As we will see later one, imagination integrates multifarious, concurrent, and complementary cognitive activities. A mental imagery that is created, evoked, manipulated, and examined in these processes necessitates the activa­tion of the memory derived from previous perceptions of visual presentations such as painting. For example, in his Elucidation of the Swift Path - A Guidance Manual to Transference of Consciousness to the Pure Land of Sambhala, Zava Damdin instructs the practitioner that prior to engaging in the transference of consciousness practice, one should properly display an image of the Buddha Kalacakra and of the landscape of Sambhala as a general and a particular sup­port of the body, speech, and mind with these words:

Here, having relied on the yoga of the indivisibility of one’s own root guru and glorious Kalacakra, one who desires to practice the instruction on a travel to glorious Sambhala, a celestial realm of humans, should in an iso­lated place agreeable to the mind appropriately display an image of Kalacakra or of the layout of Sambhala as a general support of the body, speech, and mind, perform a puja in front of it, and sincerely arrange a beautiful display of whatever one has.

Likewise, the act of imagination in this practice also activates the verbal and physical participation. In the context of these 'pho ba practices, prescribed visualizations mutually differ in their contents, structures, functions, and applications. For this reason, it is difficult to apply a single, theoretical model to all of them. Nevertheless, there are several discernable, common features among the practices of imagination and visualization in the examined 'pho ba texts. In all of them, imagination is an intentional mental activity and not an entirely spontaneous. Memory plays an important role in the production of mental imagery that appears as perceptions. Therefore, we see in these prac­tices the interweaving of imagination and perception, in which a duality between imagination and perception is diminished. The perception of a mental imagery is thus codetermined not only by external visual and linguistic factors but also by imaginary refinements of the reproduced, external world of Sambhala. An imaginative visualization of Sambhala, its kings, and others is a discursive, inter-subjective, and symbolic structuring of that world, which begins in each case with the same view of emptiness. Moreover, although the procedures and contents of visualizations in the examined 'pho ba practices are shaped by theoretical assumptions shared by the Gelug community of Mongolian Kalacakratantra practitioners, the observable, procedural and visu­al differences may be an outcome of the authors’ affiliations with different Gelug monastic lineages in Mongolia and Tibet.

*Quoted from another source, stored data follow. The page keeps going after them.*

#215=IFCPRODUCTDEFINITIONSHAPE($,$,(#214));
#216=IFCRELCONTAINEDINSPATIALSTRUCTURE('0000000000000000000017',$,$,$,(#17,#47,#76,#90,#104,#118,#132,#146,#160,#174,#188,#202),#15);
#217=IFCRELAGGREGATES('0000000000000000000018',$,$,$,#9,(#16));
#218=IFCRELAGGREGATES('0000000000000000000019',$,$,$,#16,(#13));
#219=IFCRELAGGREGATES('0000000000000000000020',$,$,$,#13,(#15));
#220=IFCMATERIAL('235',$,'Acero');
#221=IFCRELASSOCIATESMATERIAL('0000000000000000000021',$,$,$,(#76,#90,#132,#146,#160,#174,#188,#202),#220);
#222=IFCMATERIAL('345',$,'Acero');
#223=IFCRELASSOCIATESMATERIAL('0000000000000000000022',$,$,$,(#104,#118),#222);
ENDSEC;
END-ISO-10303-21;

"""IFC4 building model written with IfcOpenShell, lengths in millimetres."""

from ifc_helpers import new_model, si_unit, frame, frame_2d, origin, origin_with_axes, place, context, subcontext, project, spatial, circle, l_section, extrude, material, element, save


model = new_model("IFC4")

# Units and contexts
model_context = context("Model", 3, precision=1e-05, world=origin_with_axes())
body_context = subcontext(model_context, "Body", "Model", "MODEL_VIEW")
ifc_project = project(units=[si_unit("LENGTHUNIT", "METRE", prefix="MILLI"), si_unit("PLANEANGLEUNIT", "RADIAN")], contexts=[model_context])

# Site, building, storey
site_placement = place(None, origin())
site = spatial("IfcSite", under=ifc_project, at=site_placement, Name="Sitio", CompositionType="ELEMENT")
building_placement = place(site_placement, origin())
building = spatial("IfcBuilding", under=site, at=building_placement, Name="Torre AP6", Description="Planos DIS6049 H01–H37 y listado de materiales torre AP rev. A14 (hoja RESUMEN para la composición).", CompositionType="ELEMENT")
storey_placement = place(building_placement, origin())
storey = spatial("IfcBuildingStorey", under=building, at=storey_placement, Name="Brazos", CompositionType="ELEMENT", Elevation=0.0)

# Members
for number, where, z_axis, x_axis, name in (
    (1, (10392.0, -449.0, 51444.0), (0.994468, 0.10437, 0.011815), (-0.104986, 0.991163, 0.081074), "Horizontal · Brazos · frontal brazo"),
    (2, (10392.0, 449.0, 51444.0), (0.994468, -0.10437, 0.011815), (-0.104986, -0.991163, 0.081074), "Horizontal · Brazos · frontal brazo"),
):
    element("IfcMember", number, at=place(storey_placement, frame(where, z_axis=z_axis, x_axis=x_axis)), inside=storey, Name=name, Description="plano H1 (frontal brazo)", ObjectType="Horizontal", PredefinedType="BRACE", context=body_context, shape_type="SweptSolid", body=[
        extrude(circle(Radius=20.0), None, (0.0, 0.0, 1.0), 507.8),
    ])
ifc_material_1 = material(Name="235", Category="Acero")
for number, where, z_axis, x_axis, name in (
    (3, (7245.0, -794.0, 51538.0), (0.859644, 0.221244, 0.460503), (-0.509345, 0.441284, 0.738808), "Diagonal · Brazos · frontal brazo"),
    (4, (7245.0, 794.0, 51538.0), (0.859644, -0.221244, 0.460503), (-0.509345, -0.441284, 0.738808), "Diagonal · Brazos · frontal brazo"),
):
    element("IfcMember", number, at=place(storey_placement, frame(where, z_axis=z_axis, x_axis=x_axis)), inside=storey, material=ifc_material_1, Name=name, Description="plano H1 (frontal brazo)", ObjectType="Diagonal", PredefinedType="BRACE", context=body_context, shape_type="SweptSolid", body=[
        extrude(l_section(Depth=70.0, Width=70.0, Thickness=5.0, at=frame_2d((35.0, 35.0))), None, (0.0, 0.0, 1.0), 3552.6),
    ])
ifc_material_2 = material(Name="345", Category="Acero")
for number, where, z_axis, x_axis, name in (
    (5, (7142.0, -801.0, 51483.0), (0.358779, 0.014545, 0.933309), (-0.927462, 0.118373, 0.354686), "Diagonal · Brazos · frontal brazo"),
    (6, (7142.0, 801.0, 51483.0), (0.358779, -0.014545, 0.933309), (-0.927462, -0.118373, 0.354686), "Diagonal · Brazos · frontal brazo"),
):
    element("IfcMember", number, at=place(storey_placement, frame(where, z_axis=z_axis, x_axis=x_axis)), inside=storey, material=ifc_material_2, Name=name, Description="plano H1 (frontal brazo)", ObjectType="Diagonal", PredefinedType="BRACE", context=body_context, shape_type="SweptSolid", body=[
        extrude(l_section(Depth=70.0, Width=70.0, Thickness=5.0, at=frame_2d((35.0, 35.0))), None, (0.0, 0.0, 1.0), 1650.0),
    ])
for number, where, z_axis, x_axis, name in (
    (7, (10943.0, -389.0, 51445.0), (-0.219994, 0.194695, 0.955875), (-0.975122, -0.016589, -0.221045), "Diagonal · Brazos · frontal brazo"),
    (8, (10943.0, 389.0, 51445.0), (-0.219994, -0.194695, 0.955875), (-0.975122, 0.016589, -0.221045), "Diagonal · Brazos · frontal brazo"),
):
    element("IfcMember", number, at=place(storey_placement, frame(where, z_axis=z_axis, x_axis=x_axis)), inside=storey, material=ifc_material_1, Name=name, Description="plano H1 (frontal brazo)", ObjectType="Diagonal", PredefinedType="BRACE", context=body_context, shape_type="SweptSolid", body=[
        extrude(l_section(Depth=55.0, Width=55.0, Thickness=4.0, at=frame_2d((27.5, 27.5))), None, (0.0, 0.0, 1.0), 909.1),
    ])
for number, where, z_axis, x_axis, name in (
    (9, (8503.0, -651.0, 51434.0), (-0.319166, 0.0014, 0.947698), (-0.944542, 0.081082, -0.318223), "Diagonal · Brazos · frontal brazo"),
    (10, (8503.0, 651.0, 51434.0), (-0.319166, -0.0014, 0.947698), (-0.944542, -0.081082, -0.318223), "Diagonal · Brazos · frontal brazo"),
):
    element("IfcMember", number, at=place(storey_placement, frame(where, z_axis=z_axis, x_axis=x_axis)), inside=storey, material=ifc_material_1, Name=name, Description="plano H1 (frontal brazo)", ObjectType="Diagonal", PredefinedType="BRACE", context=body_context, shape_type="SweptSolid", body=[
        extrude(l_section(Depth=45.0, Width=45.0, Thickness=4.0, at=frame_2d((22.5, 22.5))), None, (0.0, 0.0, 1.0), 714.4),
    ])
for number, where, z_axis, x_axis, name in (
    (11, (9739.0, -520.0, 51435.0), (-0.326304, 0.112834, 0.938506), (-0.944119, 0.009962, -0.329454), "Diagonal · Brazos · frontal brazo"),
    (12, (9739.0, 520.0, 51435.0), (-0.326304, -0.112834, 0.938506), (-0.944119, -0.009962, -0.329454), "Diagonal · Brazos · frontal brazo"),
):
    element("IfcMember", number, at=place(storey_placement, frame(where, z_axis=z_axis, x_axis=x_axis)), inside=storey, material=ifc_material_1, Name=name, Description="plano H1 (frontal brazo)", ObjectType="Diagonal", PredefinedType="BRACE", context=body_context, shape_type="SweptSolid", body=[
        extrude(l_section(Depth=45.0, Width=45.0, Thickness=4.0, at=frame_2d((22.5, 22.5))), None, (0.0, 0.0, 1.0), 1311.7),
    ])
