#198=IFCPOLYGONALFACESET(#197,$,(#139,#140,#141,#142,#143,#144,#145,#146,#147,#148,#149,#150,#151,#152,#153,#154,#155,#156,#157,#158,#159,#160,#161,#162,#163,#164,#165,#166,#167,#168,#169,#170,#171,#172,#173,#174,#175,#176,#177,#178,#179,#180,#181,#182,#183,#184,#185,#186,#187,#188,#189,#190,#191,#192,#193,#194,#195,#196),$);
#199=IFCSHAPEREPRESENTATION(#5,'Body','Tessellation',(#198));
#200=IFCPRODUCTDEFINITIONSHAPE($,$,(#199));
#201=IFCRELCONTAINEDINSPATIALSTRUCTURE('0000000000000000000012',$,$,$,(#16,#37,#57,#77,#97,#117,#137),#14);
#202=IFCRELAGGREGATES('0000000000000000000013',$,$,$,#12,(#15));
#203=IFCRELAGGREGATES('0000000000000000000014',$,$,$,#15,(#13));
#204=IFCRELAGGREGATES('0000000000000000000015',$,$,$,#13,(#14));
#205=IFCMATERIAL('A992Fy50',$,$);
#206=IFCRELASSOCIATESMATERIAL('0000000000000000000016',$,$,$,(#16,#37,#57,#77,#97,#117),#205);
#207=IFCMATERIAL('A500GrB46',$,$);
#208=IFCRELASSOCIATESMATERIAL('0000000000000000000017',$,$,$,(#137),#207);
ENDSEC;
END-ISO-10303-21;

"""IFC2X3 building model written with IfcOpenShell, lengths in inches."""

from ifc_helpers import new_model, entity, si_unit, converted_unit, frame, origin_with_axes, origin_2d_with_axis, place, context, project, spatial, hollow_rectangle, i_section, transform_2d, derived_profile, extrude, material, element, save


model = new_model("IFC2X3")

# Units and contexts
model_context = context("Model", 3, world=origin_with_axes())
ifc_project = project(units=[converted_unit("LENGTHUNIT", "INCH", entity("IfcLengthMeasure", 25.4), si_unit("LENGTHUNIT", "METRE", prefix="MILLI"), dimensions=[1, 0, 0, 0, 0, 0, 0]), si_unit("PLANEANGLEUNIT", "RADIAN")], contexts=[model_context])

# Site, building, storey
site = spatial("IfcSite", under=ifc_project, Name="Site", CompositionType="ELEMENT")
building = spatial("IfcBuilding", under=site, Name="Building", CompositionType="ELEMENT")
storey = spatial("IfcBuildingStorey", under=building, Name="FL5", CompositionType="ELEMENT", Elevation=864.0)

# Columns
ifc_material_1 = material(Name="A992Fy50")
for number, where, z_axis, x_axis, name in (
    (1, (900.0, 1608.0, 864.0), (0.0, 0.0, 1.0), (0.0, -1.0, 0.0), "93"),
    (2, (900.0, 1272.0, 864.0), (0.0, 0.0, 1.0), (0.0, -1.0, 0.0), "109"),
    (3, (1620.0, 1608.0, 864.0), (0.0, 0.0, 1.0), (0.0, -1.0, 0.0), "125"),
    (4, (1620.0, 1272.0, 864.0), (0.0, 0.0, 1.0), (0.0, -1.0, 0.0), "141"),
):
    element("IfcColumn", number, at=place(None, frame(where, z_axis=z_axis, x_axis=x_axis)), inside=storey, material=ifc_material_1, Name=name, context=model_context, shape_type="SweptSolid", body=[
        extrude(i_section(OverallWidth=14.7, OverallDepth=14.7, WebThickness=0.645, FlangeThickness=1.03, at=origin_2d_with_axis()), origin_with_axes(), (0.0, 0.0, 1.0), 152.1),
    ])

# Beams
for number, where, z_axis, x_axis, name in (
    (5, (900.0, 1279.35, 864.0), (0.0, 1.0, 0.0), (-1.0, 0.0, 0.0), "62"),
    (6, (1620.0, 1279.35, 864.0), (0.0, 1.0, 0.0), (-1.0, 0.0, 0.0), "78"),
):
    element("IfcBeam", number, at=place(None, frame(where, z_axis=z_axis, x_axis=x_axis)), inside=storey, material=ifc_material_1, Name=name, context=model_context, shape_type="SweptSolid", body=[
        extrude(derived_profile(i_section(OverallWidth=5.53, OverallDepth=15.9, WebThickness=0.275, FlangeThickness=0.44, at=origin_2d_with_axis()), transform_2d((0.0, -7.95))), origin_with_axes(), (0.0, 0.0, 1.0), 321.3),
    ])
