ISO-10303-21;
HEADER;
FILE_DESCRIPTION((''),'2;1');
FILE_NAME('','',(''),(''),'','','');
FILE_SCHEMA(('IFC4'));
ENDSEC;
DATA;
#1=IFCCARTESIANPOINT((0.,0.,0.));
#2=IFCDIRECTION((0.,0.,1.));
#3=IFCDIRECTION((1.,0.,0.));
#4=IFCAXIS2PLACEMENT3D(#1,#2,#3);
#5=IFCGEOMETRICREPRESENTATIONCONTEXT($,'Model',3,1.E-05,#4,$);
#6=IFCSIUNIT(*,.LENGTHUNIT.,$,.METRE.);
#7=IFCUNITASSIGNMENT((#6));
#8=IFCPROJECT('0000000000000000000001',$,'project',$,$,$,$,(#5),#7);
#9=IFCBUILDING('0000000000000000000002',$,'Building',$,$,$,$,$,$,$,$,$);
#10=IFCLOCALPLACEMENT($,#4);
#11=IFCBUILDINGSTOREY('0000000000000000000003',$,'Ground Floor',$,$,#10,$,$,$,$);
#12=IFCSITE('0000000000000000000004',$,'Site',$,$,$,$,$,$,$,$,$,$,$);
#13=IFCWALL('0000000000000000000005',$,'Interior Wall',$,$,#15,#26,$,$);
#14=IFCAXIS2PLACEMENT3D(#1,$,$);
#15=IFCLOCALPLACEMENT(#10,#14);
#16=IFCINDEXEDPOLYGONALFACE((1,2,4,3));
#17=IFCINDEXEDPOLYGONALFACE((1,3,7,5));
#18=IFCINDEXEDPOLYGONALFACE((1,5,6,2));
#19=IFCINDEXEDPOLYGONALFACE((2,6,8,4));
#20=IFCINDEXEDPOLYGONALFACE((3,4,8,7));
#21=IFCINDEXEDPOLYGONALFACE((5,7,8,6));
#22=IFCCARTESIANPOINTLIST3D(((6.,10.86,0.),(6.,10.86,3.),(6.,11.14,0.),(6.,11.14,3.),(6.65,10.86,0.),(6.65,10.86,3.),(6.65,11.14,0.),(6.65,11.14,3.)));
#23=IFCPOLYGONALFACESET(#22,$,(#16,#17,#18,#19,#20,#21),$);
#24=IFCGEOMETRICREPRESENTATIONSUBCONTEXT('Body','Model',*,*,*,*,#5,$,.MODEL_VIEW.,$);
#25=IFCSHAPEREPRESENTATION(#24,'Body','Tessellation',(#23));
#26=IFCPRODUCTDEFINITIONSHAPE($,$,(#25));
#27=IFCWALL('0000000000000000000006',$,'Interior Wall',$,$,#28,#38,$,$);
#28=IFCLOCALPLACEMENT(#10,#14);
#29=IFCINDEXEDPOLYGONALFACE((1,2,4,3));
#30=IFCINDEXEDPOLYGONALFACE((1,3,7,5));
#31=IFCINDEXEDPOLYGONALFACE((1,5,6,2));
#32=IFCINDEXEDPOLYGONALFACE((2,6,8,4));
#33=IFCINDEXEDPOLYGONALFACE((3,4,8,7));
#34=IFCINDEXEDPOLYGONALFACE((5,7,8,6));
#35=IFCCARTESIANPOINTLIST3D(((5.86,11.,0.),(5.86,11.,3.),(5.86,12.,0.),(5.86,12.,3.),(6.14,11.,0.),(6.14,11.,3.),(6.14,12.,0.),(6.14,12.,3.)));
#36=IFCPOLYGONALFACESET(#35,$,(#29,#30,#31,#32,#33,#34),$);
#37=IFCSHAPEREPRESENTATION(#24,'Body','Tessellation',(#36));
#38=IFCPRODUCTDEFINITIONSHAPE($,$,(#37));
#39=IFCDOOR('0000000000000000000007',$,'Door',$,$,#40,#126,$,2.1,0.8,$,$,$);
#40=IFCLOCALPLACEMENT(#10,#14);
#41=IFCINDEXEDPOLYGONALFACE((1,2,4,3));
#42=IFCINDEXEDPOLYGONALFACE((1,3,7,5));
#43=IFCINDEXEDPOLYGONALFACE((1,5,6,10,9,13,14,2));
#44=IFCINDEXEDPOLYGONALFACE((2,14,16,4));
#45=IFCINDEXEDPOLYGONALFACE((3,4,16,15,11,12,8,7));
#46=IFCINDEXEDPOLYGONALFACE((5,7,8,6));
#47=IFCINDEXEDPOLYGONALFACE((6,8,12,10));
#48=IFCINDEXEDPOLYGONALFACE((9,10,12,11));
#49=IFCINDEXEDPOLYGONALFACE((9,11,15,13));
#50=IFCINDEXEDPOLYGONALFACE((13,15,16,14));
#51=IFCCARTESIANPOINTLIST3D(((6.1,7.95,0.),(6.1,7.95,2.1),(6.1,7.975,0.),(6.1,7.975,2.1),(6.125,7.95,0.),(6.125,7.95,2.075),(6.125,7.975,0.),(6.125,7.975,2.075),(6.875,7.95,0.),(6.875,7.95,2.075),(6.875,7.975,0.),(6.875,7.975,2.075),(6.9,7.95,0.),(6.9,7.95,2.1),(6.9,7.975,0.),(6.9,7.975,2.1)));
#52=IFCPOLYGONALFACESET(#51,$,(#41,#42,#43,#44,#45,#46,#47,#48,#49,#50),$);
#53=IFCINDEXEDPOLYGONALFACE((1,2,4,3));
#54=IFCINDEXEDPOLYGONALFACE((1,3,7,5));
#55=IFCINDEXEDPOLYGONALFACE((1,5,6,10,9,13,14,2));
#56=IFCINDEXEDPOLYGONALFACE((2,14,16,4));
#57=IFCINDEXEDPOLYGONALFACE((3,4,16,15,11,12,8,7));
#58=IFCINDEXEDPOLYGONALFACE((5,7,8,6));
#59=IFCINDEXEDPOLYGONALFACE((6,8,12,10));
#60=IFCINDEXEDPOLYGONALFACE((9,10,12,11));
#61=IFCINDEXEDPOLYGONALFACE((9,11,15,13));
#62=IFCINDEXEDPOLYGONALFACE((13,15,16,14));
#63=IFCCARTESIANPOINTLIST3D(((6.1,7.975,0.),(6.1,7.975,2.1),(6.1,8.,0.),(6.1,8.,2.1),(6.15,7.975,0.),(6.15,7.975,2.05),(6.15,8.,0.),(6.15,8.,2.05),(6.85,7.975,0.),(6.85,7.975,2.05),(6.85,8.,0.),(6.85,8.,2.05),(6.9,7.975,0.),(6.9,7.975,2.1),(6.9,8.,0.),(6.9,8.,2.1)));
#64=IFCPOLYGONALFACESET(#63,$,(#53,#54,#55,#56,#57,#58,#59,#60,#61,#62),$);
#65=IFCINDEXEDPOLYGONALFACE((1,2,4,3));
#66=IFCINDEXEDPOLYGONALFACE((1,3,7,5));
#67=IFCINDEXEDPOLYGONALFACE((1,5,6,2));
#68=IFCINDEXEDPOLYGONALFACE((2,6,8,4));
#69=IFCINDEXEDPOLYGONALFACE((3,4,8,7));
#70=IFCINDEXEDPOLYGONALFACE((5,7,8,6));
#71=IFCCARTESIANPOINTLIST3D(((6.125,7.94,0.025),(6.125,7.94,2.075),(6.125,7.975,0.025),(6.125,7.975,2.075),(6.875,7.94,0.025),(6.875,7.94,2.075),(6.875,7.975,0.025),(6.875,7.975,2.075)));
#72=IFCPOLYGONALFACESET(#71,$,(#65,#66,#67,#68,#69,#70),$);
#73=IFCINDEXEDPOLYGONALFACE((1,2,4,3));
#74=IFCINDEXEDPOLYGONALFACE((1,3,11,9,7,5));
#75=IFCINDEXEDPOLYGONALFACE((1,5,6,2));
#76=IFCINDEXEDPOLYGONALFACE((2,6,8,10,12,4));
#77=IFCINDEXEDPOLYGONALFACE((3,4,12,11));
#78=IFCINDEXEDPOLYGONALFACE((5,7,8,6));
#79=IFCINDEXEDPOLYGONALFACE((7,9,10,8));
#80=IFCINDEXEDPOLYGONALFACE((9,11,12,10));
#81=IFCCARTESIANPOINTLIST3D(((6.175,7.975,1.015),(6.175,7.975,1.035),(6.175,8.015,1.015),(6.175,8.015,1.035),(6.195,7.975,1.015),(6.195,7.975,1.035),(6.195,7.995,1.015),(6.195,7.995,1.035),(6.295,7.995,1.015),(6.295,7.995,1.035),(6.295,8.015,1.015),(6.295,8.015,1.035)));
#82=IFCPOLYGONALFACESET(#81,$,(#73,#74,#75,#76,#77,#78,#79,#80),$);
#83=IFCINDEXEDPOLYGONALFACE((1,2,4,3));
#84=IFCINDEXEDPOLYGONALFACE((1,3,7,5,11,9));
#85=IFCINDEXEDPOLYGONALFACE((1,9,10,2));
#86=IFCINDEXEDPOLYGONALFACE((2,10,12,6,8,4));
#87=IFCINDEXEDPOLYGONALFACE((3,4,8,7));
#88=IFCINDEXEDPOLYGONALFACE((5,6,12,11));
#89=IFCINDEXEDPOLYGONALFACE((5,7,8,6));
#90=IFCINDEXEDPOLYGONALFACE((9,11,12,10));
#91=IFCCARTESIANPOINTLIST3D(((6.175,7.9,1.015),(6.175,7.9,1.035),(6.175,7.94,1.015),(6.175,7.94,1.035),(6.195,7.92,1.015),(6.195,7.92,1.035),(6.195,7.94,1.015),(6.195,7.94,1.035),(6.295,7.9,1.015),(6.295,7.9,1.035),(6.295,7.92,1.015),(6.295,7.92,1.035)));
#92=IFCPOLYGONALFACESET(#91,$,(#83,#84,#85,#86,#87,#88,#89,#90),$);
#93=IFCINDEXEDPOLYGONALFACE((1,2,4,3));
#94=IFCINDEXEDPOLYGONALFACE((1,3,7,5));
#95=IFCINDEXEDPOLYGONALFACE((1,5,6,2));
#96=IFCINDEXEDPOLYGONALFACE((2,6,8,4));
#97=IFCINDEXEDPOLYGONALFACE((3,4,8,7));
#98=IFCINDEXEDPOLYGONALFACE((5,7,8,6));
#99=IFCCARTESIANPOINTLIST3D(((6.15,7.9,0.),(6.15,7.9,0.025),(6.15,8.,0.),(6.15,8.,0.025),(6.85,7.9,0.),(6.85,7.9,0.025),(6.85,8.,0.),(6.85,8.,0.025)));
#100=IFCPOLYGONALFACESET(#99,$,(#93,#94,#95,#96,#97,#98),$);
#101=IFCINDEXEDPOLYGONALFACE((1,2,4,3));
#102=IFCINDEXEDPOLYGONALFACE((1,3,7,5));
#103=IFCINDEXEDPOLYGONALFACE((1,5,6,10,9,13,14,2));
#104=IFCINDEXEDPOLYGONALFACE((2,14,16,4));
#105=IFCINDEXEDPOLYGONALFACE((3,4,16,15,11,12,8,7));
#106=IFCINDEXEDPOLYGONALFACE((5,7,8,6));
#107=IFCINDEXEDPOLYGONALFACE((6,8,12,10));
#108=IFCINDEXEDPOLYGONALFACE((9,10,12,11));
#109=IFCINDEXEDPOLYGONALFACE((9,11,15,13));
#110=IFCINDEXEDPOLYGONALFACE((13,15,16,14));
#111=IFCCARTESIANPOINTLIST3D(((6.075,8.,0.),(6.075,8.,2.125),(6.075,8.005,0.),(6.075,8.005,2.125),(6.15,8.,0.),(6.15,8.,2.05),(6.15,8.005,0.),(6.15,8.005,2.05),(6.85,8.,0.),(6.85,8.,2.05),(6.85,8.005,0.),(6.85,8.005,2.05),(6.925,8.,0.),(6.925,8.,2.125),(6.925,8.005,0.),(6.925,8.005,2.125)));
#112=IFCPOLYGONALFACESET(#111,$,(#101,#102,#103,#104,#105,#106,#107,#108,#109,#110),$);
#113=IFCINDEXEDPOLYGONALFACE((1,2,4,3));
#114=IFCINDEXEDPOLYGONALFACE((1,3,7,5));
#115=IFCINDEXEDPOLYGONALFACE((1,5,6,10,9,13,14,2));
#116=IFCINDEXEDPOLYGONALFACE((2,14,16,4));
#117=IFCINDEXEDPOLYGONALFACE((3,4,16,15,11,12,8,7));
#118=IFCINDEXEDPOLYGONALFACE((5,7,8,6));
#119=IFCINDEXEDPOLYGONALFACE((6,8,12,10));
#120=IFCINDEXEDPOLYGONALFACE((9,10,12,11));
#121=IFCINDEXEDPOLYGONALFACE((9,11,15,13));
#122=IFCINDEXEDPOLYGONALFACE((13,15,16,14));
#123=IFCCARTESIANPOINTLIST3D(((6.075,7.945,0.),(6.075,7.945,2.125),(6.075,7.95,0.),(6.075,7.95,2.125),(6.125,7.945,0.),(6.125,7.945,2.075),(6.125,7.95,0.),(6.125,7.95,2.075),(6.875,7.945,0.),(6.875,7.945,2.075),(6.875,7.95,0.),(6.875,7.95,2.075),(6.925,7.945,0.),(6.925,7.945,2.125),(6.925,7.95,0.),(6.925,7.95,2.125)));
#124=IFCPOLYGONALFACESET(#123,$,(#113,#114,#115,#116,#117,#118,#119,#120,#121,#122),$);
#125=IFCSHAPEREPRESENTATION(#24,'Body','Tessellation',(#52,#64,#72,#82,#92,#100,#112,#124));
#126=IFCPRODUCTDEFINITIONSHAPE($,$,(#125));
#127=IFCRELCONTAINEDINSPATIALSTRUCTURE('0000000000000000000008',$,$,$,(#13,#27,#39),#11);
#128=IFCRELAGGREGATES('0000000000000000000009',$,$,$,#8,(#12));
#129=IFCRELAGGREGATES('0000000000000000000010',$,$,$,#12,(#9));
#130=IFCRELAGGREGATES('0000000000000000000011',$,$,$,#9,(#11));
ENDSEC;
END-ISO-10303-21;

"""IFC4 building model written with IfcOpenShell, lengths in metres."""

from ifc_helpers import new_model, si_unit, frame, origin_with_axes, place, context, subcontext, project, spatial, line, indexed_curve, outline, extrude, element, save


model = new_model("IFC4")

# Units and contexts
model_context = context("Model", 3, precision=1e-05, world=origin_with_axes())
body_context = subcontext(model_context, "Body", "Model", "MODEL_VIEW")
ifc_project = project(units=[si_unit("LENGTHUNIT", "METRE")], contexts=[model_context])

# Site, building, storey
site = spatial("IfcSite", under=ifc_project, Name="Site")
building = spatial("IfcBuilding", under=site, Name="Building")
storey_placement = place(None, origin_with_axes())
storey = spatial("IfcBuildingStorey", under=building, at=storey_placement, Name="Ground Floor")

# Walls
for number, where, z_axis, x_axis, name in (
    (1, (6.65, 11.0, 0.0), (0.0, 0.0, 1.0), (-1.0, 0.0, 0.0), "Interior Wall"),
):
    element("IfcWall", number, at=place(storey_placement, frame(where, z_axis=z_axis, x_axis=x_axis)), inside=storey, Name=name, context=body_context, shape_type="SweptSolid", body=[
        extrude(outline(indexed_curve([(0.0, 0.0), (0.0, 0.28), (0.65, 0.28), (0.65, 0.0), (0.0, 0.0)], self_intersect=False)), frame((0.0, -0.14, 0.0), z_axis=(0.0, 0.0, 1.0), x_axis=(1.0, 0.0, 0.0)), (0.0, 0.0, 1.0), 3.0),
    ])
wall_1_placement = place(storey_placement, frame((6.0, 12.0, 0.0), z_axis=(0.0, 0.0, 1.0), x_axis=(0.0, -1.0, 0.0)))
element("IfcWall", 2, at=wall_1_placement, inside=storey, Name="Interior Wall", context=body_context, shape_type="SweptSolid", body=[
    extrude(outline(indexed_curve([(0.0, 0.0), (0.0, 0.28), (1.0, 0.28), (1.0, 0.0), (0.0, 0.0)], self_intersect=False)), frame((0.0, -0.14, 0.0), z_axis=(0.0, 0.0, 1.0), x_axis=(1.0, 0.0, 0.0)), (0.0, 0.0, 1.0), 3.0),
])

# Door
door_1_placement = place(storey_placement, frame((6.9, 8.0, 0.0), z_axis=(0.0, 0.0, 1.0), x_axis=(-1.0, 0.0, 0.0)))
element("IfcDoor", 3, at=door_1_placement, inside=storey, Name="Door", OverallHeight=2.1, OverallWidth=0.8, context=body_context, shape_type="SweptSolid", body=[
    extrude(outline(indexed_curve([(0.0, 0.0), (0.0, 2.1), (0.8, 2.1), (0.8, 0.0), (0.775, 0.0), (0.775, 2.075), (0.025, 2.075), (0.025, 0.0)], segments=[line(1, 2, 3, 4, 5, 6, 7, 8, 1)])), frame((0.0, 0.025, 0.0), z_axis=(0.0, -1.0, 0.0), x_axis=(1.0, 0.0, 0.0)), (0.0, 0.0, -1.0), 0.025),
    extrude(outline(indexed_curve([(0.0, 0.0), (0.0, 2.1), (0.8, 2.1), (0.8, 0.0), (0.75, 0.0), (0.75, 2.05), (0.05, 2.05), (0.05, 0.0)], segments=[line(1, 2, 3, 4, 5, 6, 7, 8, 1)])), frame((0.0, 0.0, 0.0), z_axis=(0.0, -1.0, 0.0), x_axis=(1.0, 0.0, 0.0)), (0.0, 0.0, -1.0), 0.025),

Mental images and their cognitive effects, hidden away from the external observer, remain within the inner, subjective space and discrete experience, shaped by one’s perspective and other factors. While recognizing this, merely for pragmatic reasons, I provisionally classify visualization practices prescribed in the three mentioned texts into two general types: the inwardly and outward­ly oriented visualizations. I refer to those visualization practices that involve some kind of imaginative self-transformation as inwardly oriented. An example of the inwardly oriented visualization is the following practice described in Zava Damdin’s work as preliminary to the core 'pho ba visualization:

On the top of crown of your head, on the upper end of the jati,

Is the supreme, root lama, Adibuddha.

Your body is reddish-white in color, and your facial expression is pleased and smiling,

Clothed with the three Dharma robes and golden pandita hat.

Your two hands hold a vajra and bell while sounding a damaru.

Your two feet are crossed in the vajra posture,

And inside the great central channel in your upright, seated body,

At the level of your heart, in the jeweled palace in Kalapa,

Is the essential nature in the aspect of Kalacakra,

Present in the form of the ten powerful syllables [of the Kalacakra mantra].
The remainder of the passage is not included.